WHAT THE TASK REQUIRES
Give the number of lines in the data below containing the word "IFCLOCALPLACEMENT", with no other text.

MATERIAL SHOWN
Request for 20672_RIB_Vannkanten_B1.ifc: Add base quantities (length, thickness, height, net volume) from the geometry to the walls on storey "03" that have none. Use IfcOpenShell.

First a look at what the model holds.

```python
import ifcopenshell
import ifcopenshell.util.element
import ifcopenshell.util.unit

model = ifcopenshell.open("20672_RIB_Vannkanten_B1.ifc")
print(model.schema)
for unit_type in ("LENGTHUNIT", "AREAUNIT", "VOLUMEUNIT"):
    print(unit_type, ifcopenshell.util.unit.calculate_unit_scale(model, unit_type))
storey = next(s for s in model.by_type("IfcBuildingStorey") if s.Name == "03")
walls = [e for e in ifcopenshell.util.element.get_decomposition(storey) if e.is_a("IfcWall")]
for e in sorted(walls, key=lambda e: e.id()):
    print(e.id(), e.is_a(), e.Name, list(ifcopenshell.util.element.get_psets(e, qtos_only=True)), sep=" | ")
```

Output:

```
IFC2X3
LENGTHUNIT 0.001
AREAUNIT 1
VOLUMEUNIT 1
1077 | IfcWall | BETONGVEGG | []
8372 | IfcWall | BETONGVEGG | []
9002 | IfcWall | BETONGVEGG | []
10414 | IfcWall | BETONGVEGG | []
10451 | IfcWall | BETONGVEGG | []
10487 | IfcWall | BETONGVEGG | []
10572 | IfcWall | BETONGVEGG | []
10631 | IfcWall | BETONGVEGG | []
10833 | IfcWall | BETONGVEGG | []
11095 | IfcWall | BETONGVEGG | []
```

```python
import ifcopenshell
import ifcopenshell.api.pset
import ifcopenshell.geom
import ifcopenshell.util.element
import ifcopenshell.util.shape
import ifcopenshell.util.unit

model = ifcopenshell.open("20672_RIB_Vannkanten_B1.ifc")
unit_scale = ifcopenshell.util.unit.calculate_unit_scale(model)
volume_scale = ifcopenshell.util.unit.calculate_unit_scale(model, "VOLUMEUNIT")
settings = ifcopenshell.geom.settings()

storey = next(s for s in model.by_type("IfcBuildingStorey") if s.Name == "03")
walls = [e for e in ifcopenshell.util.element.get_decomposition(storey) if e.is_a("IfcWall")]

for e in sorted(walls, key=lambda e: e.id()):
    if ifcopenshell.util.element.get_psets(e, qtos_only=True, should_inherit=False):
        continue
    # Geometry comes back in metres, in the element's own axes.
    shape = ifcopenshell.geom.create_shape(settings, e)
    values = {
        "Length": ifcopenshell.util.shape.get_x(shape.geometry) / unit_scale,
        "Width": ifcopenshell.util.shape.get_y(shape.geometry) / unit_scale,
        "Height": ifcopenshell.util.shape.get_z(shape.geometry) / unit_scale,
        "NetVolume": ifcopenshell.util.shape.get_volume(shape.geometry) / volume_scale,
    }
    qto = ifcopenshell.api.pset.add_qto(model, product=e, name="BaseQuantities")
    ifcopenshell.api.pset.edit_qto(model, qto=qto, properties=values)
    print(e.id(), {k: round(v, 3) for k, v in values.items()})

model.write("20672_RIB_Vannkanten_B1_edited.ifc")
```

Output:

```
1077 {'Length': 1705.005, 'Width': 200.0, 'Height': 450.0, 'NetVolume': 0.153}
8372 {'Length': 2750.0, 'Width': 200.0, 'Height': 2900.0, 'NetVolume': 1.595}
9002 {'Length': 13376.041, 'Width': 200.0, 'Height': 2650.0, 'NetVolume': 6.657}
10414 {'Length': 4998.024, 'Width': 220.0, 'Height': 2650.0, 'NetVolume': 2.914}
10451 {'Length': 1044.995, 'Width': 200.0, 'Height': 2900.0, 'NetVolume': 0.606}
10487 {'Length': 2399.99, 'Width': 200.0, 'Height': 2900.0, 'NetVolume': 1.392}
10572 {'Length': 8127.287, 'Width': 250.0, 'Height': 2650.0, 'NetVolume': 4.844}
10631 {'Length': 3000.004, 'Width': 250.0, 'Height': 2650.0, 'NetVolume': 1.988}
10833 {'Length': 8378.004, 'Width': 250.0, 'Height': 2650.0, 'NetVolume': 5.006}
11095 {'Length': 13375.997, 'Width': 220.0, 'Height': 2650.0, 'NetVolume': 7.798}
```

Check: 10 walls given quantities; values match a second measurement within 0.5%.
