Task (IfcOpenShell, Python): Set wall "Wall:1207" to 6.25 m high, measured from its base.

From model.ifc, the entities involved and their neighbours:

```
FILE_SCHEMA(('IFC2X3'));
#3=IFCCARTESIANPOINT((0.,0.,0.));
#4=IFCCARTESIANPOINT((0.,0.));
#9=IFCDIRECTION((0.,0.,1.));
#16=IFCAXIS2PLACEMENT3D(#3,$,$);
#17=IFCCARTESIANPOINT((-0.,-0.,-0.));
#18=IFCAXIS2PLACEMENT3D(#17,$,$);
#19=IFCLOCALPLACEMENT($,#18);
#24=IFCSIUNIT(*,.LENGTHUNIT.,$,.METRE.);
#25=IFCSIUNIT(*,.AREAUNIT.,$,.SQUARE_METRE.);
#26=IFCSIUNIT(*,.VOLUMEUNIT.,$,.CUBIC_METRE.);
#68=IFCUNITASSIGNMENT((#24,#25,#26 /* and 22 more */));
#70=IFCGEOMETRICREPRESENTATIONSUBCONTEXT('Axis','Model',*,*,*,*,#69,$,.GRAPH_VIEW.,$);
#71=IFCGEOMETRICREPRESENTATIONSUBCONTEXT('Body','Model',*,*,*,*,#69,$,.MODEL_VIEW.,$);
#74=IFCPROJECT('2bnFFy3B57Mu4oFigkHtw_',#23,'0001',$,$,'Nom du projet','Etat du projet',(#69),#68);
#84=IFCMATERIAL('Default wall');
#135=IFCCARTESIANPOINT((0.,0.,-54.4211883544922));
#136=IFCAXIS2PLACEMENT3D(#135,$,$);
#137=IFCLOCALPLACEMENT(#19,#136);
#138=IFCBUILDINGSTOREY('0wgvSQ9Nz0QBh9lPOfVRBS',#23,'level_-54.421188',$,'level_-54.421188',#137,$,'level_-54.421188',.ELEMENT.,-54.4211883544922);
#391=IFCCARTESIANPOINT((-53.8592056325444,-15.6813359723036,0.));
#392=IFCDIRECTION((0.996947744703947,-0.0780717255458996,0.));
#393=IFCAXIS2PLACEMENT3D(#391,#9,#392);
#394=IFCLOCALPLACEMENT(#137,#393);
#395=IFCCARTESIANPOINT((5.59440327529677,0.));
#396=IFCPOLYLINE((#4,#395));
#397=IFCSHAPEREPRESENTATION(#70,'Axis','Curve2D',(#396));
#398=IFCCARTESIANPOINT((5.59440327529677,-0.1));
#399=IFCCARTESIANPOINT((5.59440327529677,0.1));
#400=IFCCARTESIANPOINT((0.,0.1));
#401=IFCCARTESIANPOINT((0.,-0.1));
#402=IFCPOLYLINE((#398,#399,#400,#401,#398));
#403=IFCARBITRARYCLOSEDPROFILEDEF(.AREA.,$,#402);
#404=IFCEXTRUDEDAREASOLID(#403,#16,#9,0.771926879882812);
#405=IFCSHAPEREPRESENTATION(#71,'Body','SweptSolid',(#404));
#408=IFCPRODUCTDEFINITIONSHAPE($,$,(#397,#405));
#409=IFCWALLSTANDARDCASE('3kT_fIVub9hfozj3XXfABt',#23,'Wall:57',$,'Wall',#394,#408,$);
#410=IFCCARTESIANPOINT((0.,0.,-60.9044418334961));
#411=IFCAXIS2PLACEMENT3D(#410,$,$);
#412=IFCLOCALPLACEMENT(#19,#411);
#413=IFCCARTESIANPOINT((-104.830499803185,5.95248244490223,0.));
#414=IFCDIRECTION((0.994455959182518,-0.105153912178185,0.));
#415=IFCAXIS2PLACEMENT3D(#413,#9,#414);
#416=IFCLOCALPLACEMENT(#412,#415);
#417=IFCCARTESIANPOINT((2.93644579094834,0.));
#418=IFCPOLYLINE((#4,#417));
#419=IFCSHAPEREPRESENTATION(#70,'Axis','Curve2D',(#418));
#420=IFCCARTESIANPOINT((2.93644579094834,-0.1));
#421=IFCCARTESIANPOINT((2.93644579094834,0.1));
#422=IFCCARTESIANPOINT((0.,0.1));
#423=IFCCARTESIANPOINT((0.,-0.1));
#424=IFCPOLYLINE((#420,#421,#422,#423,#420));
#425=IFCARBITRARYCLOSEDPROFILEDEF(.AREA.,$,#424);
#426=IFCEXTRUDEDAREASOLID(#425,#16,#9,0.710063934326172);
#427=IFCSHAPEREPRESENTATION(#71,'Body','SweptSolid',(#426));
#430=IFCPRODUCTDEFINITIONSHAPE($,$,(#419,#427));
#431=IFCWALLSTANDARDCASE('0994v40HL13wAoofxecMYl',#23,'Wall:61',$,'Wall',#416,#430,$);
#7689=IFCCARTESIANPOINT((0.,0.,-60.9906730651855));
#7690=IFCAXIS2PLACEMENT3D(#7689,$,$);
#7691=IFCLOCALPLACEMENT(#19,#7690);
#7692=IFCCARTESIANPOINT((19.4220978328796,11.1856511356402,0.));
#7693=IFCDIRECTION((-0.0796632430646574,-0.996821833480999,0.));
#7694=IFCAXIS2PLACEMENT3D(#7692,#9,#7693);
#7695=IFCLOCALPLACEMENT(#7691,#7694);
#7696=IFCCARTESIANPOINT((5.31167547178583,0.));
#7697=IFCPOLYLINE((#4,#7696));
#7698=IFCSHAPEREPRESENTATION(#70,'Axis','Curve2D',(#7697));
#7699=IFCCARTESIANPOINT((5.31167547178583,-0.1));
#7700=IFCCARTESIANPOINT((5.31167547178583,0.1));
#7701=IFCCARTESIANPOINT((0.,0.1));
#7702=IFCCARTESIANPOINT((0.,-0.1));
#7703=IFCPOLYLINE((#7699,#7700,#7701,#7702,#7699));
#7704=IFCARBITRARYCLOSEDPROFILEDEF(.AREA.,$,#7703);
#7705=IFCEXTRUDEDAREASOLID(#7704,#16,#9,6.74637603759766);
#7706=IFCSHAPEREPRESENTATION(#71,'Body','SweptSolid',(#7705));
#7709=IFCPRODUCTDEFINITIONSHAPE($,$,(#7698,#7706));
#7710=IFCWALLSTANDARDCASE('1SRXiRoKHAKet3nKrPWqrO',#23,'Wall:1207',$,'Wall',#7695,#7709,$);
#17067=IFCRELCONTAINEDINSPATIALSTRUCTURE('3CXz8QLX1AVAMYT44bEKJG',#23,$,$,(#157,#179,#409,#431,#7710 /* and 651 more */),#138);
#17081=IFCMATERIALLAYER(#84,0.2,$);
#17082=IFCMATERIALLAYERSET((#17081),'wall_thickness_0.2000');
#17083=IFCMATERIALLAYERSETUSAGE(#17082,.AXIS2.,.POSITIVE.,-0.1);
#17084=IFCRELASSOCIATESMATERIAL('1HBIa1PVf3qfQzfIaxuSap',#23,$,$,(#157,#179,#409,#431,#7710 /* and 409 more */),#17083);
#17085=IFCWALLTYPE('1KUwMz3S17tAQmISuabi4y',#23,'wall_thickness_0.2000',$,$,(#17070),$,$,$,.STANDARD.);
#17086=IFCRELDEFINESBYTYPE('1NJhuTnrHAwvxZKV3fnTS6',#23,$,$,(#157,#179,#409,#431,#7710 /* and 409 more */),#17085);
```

```python
import ifcopenshell
import ifcopenshell.geom
import ifcopenshell.util.representation
import ifcopenshell.util.shape

model = ifcopenshell.open("model.ifc")
settings = ifcopenshell.geom.settings()


def volume(element):
    """Net volume in cubic metres, openings subtracted."""
    shape = ifcopenshell.geom.create_shape(settings, element)
    return ifcopenshell.util.shape.get_volume(shape.geometry)


wall = model.by_id(7710)
before = volume(wall)

body = ifcopenshell.util.representation.get_representation(wall, "Model", "Body")
solid = body.Items[0]
old_height = solid.Depth
solid.Depth = 6.25
after = volume(wall)

print(f"height {old_height:g} -> {solid.Depth:g}, volume {before:.3f} -> {after:.3f} m3")

model.write("model_rev.ifc")
```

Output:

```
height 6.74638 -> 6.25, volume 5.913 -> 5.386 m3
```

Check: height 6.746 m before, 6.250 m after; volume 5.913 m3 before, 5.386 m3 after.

FINISHED TASK
7